"""

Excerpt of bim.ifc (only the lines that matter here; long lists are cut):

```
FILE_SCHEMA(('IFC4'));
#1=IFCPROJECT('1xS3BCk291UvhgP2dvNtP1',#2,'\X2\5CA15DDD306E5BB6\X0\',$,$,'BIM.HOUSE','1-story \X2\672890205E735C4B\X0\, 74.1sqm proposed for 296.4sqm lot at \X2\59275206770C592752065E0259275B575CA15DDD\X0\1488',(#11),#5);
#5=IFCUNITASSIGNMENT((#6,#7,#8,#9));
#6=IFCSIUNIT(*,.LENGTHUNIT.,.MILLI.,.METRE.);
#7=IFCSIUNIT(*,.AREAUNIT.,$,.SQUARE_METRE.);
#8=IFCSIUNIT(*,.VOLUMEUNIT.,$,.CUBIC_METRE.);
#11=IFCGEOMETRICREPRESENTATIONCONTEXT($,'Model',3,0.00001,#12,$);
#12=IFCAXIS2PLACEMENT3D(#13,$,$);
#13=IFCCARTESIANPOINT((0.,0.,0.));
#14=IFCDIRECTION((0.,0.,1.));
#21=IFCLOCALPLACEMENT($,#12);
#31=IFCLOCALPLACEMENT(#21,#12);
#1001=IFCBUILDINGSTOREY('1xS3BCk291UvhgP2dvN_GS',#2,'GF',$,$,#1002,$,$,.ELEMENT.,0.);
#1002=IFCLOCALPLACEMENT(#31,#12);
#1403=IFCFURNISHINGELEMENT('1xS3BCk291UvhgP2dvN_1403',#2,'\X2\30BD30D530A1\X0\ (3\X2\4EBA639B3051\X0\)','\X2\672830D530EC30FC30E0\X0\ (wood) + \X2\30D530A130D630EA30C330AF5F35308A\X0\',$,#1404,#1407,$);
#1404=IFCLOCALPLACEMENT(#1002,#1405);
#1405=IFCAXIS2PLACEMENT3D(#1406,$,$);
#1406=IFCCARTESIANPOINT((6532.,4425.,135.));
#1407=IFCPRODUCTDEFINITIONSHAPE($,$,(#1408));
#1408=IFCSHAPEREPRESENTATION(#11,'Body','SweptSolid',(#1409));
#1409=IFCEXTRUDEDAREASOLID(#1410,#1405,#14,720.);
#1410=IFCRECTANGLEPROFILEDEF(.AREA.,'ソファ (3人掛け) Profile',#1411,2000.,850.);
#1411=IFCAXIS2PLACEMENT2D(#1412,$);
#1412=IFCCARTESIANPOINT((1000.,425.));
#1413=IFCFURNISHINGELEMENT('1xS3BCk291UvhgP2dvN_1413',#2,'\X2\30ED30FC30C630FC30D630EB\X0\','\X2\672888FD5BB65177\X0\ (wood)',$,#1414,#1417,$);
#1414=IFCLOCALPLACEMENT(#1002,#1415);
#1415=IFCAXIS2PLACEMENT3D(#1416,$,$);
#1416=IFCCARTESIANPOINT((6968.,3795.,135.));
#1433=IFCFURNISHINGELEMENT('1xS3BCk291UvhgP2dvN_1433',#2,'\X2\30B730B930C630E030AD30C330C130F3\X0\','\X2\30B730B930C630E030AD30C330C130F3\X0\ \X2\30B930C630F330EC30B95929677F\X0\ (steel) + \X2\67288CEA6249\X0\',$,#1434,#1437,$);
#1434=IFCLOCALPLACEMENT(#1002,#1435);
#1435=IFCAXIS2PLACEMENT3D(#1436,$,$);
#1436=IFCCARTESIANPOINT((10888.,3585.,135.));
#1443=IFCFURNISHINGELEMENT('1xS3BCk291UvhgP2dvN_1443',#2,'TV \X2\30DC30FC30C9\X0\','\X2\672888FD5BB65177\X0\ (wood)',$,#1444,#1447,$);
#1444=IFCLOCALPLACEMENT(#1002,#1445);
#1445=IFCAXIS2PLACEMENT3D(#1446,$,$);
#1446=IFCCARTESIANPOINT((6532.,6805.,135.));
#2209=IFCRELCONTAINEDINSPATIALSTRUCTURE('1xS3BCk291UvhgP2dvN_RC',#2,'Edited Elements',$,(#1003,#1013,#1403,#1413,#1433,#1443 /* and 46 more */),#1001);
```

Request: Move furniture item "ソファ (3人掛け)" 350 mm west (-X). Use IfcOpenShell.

```python
import ifcopenshell
import ifcopenshell.api.geometry
import ifcopenshell.util.placement

model = ifcopenshell.open("bim.ifc")

item = model.by_id(1403)
matrix = ifcopenshell.util.placement.get_local_placement(item.ObjectPlacement)
matrix[0, 3] -= 350.0
ifcopenshell.api.geometry.edit_object_placement(model, product=item, matrix=matrix, is_si=False)

print(ifcopenshell.util.placement.get_local_placement(item.ObjectPlacement).round(3) + 0.0)

model.write("bim-out.ifc")
```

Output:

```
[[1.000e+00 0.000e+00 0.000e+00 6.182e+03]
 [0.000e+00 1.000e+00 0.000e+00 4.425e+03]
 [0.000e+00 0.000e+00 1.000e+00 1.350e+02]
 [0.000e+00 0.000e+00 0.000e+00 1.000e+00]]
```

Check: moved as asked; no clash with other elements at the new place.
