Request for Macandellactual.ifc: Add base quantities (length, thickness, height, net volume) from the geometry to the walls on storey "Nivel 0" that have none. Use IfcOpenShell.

First a look at what the model holds.

```python
import ifcopenshell
import ifcopenshell.util.element
import ifcopenshell.util.unit

model = ifcopenshell.open("Macandellactual.ifc")
print(model.schema)
for unit_type in ("LENGTHUNIT", "AREAUNIT", "VOLUMEUNIT"):
    print(unit_type, ifcopenshell.util.unit.calculate_unit_scale(model, unit_type))
storey = next(s for s in model.by_type("IfcBuildingStorey") if s.Name == "Nivel 0")
walls = [e for e in ifcopenshell.util.element.get_decomposition(storey) if e.is_a("IfcWall")]
for e in sorted(walls, key=lambda e: e.id()):
    print(e.id(), e.is_a(), e.Name, list(ifcopenshell.util.element.get_psets(e, qtos_only=True)), sep=" | ")
```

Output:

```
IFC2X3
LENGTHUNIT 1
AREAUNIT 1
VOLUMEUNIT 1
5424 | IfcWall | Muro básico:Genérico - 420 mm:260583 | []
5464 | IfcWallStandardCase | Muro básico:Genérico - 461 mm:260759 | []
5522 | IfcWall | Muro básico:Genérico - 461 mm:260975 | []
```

```python
import ifcopenshell
import ifcopenshell.api.pset
import ifcopenshell.geom
import ifcopenshell.util.element
import ifcopenshell.util.shape
import ifcopenshell.util.unit

model = ifcopenshell.open("Macandellactual.ifc")
unit_scale = ifcopenshell.util.unit.calculate_unit_scale(model)
volume_scale = ifcopenshell.util.unit.calculate_unit_scale(model, "VOLUMEUNIT")
settings = ifcopenshell.geom.settings()

storey = next(s for s in model.by_type("IfcBuildingStorey") if s.Name == "Nivel 0")
walls = [e for e in ifcopenshell.util.element.get_decomposition(storey) if e.is_a("IfcWall")]

for e in sorted(walls, key=lambda e: e.id()):
    if ifcopenshell.util.element.get_psets(e, qtos_only=True, should_inherit=False):
        continue
    # Geometry comes back in metres, in the element's own axes.
    shape = ifcopenshell.geom.create_shape(settings, e)
    values = {
        "Length": ifcopenshell.util.shape.get_x(shape.geometry) / unit_scale,
        "Width": ifcopenshell.util.shape.get_y(shape.geometry) / unit_scale,
        "Height": ifcopenshell.util.shape.get_z(shape.geometry) / unit_scale,
        "NetVolume": ifcopenshell.util.shape.get_volume(shape.geometry) / volume_scale,
    }
    qto = ifcopenshell.api.pset.add_qto(model, product=e, name="BaseQuantities")
    ifcopenshell.api.pset.edit_qto(model, qto=qto, properties=values)
    print(e.id(), {k: round(v, 3) for k, v in values.items()})

model.write("Macandellactual_v2.ifc")
```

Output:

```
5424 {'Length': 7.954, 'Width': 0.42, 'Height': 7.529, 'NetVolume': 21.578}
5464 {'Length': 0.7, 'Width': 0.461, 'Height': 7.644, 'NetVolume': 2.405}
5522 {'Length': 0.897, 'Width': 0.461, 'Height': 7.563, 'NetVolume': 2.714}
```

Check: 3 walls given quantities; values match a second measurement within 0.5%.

"""

### WORK TO COMPLETE:
Show all lines in the preceding material that have "Genérico" in them.

### RESULT OF THIS TASK:
5424 | IfcWall | Muro básico:Genérico - 420 mm:260583 | []
5464 | IfcWallStandardCase | Muro básico:Genérico - 461 mm:260759 | []
5522 | IfcWall | Muro básico:Genérico - 461 mm:260975 | []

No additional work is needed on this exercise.